Write out the records once more, exactly as given.
·····
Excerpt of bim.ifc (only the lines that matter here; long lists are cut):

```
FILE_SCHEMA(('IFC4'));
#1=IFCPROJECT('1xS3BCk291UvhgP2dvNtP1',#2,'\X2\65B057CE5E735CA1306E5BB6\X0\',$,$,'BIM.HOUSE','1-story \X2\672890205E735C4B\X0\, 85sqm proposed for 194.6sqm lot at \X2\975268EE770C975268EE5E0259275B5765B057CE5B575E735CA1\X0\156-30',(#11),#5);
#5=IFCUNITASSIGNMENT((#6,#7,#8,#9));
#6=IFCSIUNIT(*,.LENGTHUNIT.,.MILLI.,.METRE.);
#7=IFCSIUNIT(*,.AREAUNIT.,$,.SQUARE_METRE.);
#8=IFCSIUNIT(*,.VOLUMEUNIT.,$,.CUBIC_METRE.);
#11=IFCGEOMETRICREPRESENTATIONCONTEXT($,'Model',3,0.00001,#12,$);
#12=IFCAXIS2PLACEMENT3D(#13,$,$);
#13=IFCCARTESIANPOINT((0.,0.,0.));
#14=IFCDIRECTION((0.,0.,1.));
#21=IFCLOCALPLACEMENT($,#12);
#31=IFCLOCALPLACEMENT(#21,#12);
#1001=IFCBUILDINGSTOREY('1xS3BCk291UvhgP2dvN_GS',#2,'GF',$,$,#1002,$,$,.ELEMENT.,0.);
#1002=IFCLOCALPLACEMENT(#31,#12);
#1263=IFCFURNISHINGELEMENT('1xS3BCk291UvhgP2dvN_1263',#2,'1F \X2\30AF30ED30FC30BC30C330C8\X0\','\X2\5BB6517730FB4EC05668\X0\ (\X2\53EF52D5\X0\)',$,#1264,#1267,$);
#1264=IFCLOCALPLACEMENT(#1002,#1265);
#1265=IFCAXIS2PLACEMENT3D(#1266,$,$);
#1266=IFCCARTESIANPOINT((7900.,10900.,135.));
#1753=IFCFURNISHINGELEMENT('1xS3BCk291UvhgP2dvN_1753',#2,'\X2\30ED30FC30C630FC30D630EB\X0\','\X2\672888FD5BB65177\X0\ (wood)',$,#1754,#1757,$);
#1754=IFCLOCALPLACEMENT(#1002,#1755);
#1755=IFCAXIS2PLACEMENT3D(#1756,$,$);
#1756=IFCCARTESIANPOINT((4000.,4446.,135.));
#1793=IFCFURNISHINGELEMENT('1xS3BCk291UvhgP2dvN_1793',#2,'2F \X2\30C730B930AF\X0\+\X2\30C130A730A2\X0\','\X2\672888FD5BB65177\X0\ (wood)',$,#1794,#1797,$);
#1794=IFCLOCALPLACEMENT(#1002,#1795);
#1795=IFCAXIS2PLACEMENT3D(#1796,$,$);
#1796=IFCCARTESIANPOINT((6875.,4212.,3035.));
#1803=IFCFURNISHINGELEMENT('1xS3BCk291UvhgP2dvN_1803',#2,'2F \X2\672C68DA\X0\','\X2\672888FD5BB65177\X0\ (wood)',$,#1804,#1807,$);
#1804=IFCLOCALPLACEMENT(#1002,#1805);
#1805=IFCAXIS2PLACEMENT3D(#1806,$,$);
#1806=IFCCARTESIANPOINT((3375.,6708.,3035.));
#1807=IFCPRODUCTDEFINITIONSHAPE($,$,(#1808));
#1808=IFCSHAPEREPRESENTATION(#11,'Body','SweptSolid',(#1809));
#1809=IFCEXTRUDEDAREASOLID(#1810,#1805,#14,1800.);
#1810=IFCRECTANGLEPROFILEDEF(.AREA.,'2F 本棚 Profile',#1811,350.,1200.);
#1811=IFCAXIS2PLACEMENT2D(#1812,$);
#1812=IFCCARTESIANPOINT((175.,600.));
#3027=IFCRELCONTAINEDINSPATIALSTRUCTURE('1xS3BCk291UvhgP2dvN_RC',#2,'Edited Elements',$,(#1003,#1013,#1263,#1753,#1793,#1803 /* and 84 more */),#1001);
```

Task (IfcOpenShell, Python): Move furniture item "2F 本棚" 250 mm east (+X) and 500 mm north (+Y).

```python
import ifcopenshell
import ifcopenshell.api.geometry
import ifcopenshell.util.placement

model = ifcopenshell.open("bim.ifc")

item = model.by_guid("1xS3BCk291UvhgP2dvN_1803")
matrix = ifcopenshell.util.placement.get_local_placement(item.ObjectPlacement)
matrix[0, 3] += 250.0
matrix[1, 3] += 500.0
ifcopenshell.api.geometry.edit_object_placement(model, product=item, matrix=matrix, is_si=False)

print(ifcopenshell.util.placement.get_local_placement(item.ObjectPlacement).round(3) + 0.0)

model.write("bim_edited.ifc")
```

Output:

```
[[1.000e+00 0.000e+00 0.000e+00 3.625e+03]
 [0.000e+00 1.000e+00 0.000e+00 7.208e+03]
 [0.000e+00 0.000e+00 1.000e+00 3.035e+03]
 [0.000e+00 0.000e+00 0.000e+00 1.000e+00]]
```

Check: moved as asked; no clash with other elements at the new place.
·····
_Solution below:_
Excerpt of bim.ifc (only the lines that matter here; long lists are cut):

```
FILE_SCHEMA(('IFC4'));
#1=IFCPROJECT('1xS3BCk291UvhgP2dvNtP1',#2,'\X2\65B057CE5E735CA1306E5BB6\X0\',$,$,'BIM.HOUSE','1-story \X2\672890205E735C4B\X0\, 85sqm proposed for 194.6sqm lot at \X2\975268EE770C975268EE5E0259275B5765B057CE5B575E735CA1\X0\156-30',(#11),#5);
#5=IFCUNITASSIGNMENT((#6,#7,#8,#9));
#6=IFCSIUNIT(*,.LENGTHUNIT.,.MILLI.,.METRE.);
#7=IFCSIUNIT(*,.AREAUNIT.,$,.SQUARE_METRE.);
#8=IFCSIUNIT(*,.VOLUMEUNIT.,$,.CUBIC_METRE.);
#11=IFCGEOMETRICREPRESENTATIONCONTEXT($,'Model',3,0.00001,#12,$);
#12=IFCAXIS2PLACEMENT3D(#13,$,$);
#13=IFCCARTESIANPOINT((0.,0.,0.));
#14=IFCDIRECTION((0.,0.,1.));
#21=IFCLOCALPLACEMENT($,#12);
#31=IFCLOCALPLACEMENT(#21,#12);
#1001=IFCBUILDINGSTOREY('1xS3BCk291UvhgP2dvN_GS',#2,'GF',$,$,#1002,$,$,.ELEMENT.,0.);
#1002=IFCLOCALPLACEMENT(#31,#12);
#1263=IFCFURNISHINGELEMENT('1xS3BCk291UvhgP2dvN_1263',#2,'1F \X2\30AF30ED30FC30BC30C330C8\X0\','\X2\5BB6517730FB4EC05668\X0\ (\X2\53EF52D5\X0\)',$,#1264,#1267,$);
#1264=IFCLOCALPLACEMENT(#1002,#1265);
#1265=IFCAXIS2PLACEMENT3D(#1266,$,$);
#1266=IFCCARTESIANPOINT((7900.,10900.,135.));
#1753=IFCFURNISHINGELEMENT('1xS3BCk291UvhgP2dvN_1753',#2,'\X2\30ED30FC30C630FC30D630EB\X0\','\X2\672888FD5BB65177\X0\ (wood)',$,#1754,#1757,$);
#1754=IFCLOCALPLACEMENT(#1002,#1755);
#1755=IFCAXIS2PLACEMENT3D(#1756,$,$);
#1756=IFCCARTESIANPOINT((4000.,4446.,135.));
#1793=IFCFURNISHINGELEMENT('1xS3BCk291UvhgP2dvN_1793',#2,'2F \X2\30C730B930AF\X0\+\X2\30C130A730A2\X0\','\X2\672888FD5BB65177\X0\ (wood)',$,#1794,#1797,$);
#1794=IFCLOCALPLACEMENT(#1002,#1795);
#1795=IFCAXIS2PLACEMENT3D(#1796,$,$);
#1796=IFCCARTESIANPOINT((6875.,4212.,3035.));
#1803=IFCFURNISHINGELEMENT('1xS3BCk291UvhgP2dvN_1803',#2,'2F \X2\672C68DA\X0\','\X2\672888FD5BB65177\X0\ (wood)',$,#1804,#1807,$);
#1804=IFCLOCALPLACEMENT(#1002,#1805);
#1805=IFCAXIS2PLACEMENT3D(#1806,$,$);
#1806=IFCCARTESIANPOINT((3375.,6708.,3035.));
#1807=IFCPRODUCTDEFINITIONSHAPE($,$,(#1808));
#1808=IFCSHAPEREPRESENTATION(#11,'Body','SweptSolid',(#1809));
#1809=IFCEXTRUDEDAREASOLID(#1810,#1805,#14,1800.);
#1810=IFCRECTANGLEPROFILEDEF(.AREA.,'2F 本棚 Profile',#1811,350.,1200.);
#1811=IFCAXIS2PLACEMENT2D(#1812,$);
#1812=IFCCARTESIANPOINT((175.,600.));
#3027=IFCRELCONTAINEDINSPATIALSTRUCTURE('1xS3BCk291UvhgP2dvN_RC',#2,'Edited Elements',$,(#1003,#1013,#1263,#1753,#1793,#1803 /* and 84 more */),#1001);
```

Task (IfcOpenShell, Python): Move furniture item "2F 本棚" 250 mm east (+X) and 500 mm north (+Y).

```python
import ifcopenshell
import ifcopenshell.api.geometry
import ifcopenshell.util.placement

model = ifcopenshell.open("bim.ifc")

item = model.by_guid("1xS3BCk291UvhgP2dvN_1803")
matrix = ifcopenshell.util.placement.get_local_placement(item.ObjectPlacement)
matrix[0, 3] += 250.0
matrix[1, 3] += 500.0
ifcopenshell.api.geometry.edit_object_placement(model, product=item, matrix=matrix, is_si=False)

print(ifcopenshell.util.placement.get_local_placement(item.ObjectPlacement).round(3) + 0.0)

model.write("bim_edited.ifc")
```

Output:

```
[[1.000e+00 0.000e+00 0.000e+00 3.625e+03]
 [0.000e+00 1.000e+00 0.000e+00 7.208e+03]
 [0.000e+00 0.000e+00 1.000e+00 3.035e+03]
 [0.000e+00 0.000e+00 0.000e+00 1.000e+00]]
```

Check: moved as asked; no clash with other elements at the new place.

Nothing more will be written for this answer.